Si vous voulez éviter les violences, il est temps de montrer très clairement que les politiques ont encore leur mot à dire et qu'ils peuvent s'opposer aux orientations économiques actuelles. S'ils ne le peuvent, ou s'ils ne le veulent, il ne faudra pas s'étonner que certains estiment ne pas avoir d'autres moyens de pressions sur les puissants que l'utilisation d'une violence symbolique (car elle ne peut pas encore renverser le système). Les violences contre les policiers devraient être un maximum évitées dans ce cadre mais, s'ils interviennent, ils choisissent un camp : défendre une vitrine et taper pour cela un manifestant, c'est affirmer que les marchandises ont plus de valeurs que l'homme, et c'est bien ce que nous contestons. Cessons d'être hypocrite, le système économique est beaucoup plus violents que quelques jeunes lors des manifs. Il est grand temp de s'interroger sur le pourquoi de la violence plutôt que de la discréditer à priori. Après, il sera trop tard....

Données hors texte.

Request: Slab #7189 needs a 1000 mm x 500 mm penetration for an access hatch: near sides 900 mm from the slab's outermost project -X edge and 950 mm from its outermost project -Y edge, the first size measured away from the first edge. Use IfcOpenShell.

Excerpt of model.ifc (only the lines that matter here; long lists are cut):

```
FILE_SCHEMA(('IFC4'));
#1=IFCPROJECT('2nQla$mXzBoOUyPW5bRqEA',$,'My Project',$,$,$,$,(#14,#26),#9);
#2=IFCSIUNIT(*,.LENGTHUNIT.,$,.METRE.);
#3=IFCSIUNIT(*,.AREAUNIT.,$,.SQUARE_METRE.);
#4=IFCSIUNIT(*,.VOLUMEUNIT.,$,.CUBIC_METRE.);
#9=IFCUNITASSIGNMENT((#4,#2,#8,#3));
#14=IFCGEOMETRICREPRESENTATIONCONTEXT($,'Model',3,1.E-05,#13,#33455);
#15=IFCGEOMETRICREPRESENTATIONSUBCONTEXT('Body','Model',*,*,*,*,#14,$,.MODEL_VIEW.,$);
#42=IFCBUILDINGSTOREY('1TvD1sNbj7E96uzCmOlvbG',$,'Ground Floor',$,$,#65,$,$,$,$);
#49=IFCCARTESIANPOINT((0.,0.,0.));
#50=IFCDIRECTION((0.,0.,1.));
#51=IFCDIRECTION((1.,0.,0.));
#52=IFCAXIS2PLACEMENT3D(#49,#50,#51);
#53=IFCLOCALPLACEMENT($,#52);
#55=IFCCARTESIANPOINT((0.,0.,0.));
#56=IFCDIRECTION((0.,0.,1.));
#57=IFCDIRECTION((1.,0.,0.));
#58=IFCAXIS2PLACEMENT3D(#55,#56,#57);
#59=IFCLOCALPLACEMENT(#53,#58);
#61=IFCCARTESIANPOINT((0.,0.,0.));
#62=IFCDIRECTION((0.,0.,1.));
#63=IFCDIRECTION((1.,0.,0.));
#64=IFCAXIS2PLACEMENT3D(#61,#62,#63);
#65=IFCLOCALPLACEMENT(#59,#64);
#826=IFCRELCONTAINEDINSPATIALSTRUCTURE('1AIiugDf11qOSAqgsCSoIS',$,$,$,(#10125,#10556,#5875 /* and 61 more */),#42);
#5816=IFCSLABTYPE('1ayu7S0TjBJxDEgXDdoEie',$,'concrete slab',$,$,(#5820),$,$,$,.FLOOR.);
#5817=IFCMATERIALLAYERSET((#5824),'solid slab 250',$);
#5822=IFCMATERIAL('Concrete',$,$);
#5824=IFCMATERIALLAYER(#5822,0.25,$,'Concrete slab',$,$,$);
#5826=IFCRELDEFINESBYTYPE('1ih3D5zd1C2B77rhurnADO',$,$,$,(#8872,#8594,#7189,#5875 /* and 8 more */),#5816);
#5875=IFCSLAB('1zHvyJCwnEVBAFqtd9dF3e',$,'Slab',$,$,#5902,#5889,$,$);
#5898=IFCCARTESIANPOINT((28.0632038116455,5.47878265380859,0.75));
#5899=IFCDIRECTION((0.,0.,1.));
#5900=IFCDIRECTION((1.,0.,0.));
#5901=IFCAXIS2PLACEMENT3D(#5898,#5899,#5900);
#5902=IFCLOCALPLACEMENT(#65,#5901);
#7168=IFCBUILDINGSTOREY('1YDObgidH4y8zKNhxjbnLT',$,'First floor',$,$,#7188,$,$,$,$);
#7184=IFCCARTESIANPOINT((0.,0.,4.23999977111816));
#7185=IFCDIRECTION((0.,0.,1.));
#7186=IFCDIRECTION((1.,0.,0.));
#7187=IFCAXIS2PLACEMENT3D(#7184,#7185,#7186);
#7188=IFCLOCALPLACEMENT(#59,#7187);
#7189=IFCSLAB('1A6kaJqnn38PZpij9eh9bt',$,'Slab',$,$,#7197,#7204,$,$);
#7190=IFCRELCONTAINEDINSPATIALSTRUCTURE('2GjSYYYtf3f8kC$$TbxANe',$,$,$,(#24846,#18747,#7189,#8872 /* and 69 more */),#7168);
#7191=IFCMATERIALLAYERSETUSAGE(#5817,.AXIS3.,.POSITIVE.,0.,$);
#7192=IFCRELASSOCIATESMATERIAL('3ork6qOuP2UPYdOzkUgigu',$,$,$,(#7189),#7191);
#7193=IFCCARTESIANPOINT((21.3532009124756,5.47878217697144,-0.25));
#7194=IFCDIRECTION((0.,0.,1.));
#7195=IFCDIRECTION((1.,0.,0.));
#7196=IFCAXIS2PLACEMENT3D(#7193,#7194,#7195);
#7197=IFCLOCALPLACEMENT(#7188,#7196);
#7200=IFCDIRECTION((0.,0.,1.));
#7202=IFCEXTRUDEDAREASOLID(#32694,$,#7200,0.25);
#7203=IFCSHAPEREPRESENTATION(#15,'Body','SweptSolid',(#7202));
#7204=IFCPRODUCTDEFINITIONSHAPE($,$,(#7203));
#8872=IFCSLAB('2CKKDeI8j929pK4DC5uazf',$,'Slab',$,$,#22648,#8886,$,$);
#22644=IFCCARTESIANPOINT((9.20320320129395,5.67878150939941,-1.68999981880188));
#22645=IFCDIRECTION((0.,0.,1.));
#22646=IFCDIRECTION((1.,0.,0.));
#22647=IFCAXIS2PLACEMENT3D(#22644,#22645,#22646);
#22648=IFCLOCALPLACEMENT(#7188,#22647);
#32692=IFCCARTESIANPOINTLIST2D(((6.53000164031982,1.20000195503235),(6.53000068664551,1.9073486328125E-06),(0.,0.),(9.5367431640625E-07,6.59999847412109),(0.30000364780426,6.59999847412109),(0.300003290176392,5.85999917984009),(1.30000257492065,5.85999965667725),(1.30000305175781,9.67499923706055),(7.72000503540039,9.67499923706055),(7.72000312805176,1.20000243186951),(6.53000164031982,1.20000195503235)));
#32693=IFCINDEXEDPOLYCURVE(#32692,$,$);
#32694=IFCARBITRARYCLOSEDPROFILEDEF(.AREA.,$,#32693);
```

```python
import numpy as np
import ifcopenshell
import ifcopenshell.api.feature
import ifcopenshell.api.geometry
import ifcopenshell.api.root
import ifcopenshell.geom
import ifcopenshell.util.placement
import ifcopenshell.util.representation
import ifcopenshell.util.shape
import ifcopenshell.util.unit

model = ifcopenshell.open("model.ifc")
unit_scale = ifcopenshell.util.unit.calculate_unit_scale(model)
settings = ifcopenshell.geom.settings()


def volume(element):
    """Net volume in cubic metres, openings subtracted."""
    shape = ifcopenshell.geom.create_shape(settings, element)
    return ifcopenshell.util.shape.get_volume(shape.geometry)


slab = model.by_guid("1A6kaJqnn38PZpij9eh9bt")
before = volume(slab)

# Extent in the slab's own axes, in metres. The edges named are its -X and -Y sides.
slab_shape = ifcopenshell.geom.create_shape(settings, slab)
vertices = ifcopenshell.util.shape.get_vertices(slab_shape.geometry)
x_min, y_min, bottom = vertices.min(axis=0)
top = vertices[:, 2].max()

opening = ifcopenshell.api.root.create_entity(model, ifc_class="IfcOpeningElement", name="Access hatch opening", predefined_type="OPENING")
context = ifcopenshell.util.representation.get_context(model, "Model", "Body", "MODEL_VIEW")
width, depth = 1, 0.5
outline = [(0.0, 0.0), (width, 0.0), (width, depth), (0.0, depth), (0.0, 0.0)]
# Overshoot both faces by 50 mm so the cut is clean.
shape = ifcopenshell.api.geometry.add_slab_representation(
    model, context=context, depth=top - bottom + 0.1, polyline=outline
)
ifcopenshell.api.geometry.assign_representation(model, product=opening, representation=shape)

matrix = ifcopenshell.util.placement.get_local_placement(slab.ObjectPlacement)
matrix[:, 3] = matrix @ np.append(np.array([x_min + 0.9, y_min + 0.95, bottom - 0.05]) / unit_scale, 1.0)
ifcopenshell.api.geometry.edit_object_placement(model, product=opening, matrix=matrix, is_si=False)
ifcopenshell.api.feature.add_feature(model, feature=opening, element=slab)

after = volume(slab)

print(f"slab volume {before:.3f} -> {after:.3f} m3")

model.write("model_rev.ifc")
```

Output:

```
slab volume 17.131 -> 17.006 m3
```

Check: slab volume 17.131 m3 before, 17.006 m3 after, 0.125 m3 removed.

Qui sont les vrais terroristes ?
by vandome Wednesday December 12, 2001 at 12:26 PM
vandome@netcourrier.com

Bravo pour l'article de Francis BLACK. avec lequel je
partage toutes ses opinions.
Pour ce qui concerne les débordements de violence vis vis des vitrines, prenez exemple sur les carnavals annuels
uniquement réservé aux plaisirs et aux épicuriens. Allez-y
et vous verrez à Kuln (Cologne) toutes les vitrines barri-
cadées de bois pendant ces périodes de débordement. J'ai meme vu de mes propres yeux un "acteur costumé ou chamaré" sur char fleuri envoyer ou jeter en l'air une plaquette de chocolat à son ami ou supposé tel, et brisant ainsi une grande fenetre roulante d'appartement situé au premier étage.
Lorsque les larbins serviles : CRS, police, gendarmerie se retourneront contre les vrais terroristes aux cols blancs et aux gants blancs siègeant dans les lieux de pouvoirs occultes et de décisions criminelles la partie commencera à s'inverser. Ils tuent cent mille fois plus avec
leurs stylos que les révoltés avec leurs bâtons.
Les personnes respectables sont obligés de travailler
dans l'ombre pour se protéger des mafias. Les humanitaires
sont salis et pollués par des politico-merdouillards tels
que Georges W...C. Bouche ... d'égout qui a osé les souiller et les discréditer dans le monde entier.
Eclairons partout et toujours les zones criminogènes.

anthologie
by Pax Thursday January 03, 2002 at 07:28 AM
doubabil@skynet.be

Positivement digne d'anthologie, la réponse du ministre Duquesne à V. Decroly. Dès le premier paragraphe, tout y
est : ronflante auto-congratulation à la limite de l'obscène, hypertrophie de l'indignation patricienne, et d'emblée ce ton qui indique sans ambiguité de quel tonneau sera la suite, à savoir, manoeuvres de désamorçage et d'évitement de toutes les questions posées.
Bravo Mr Decroly, il faut du courage pour s'adresser à quelqu'un équipé d'une pareille panoplie.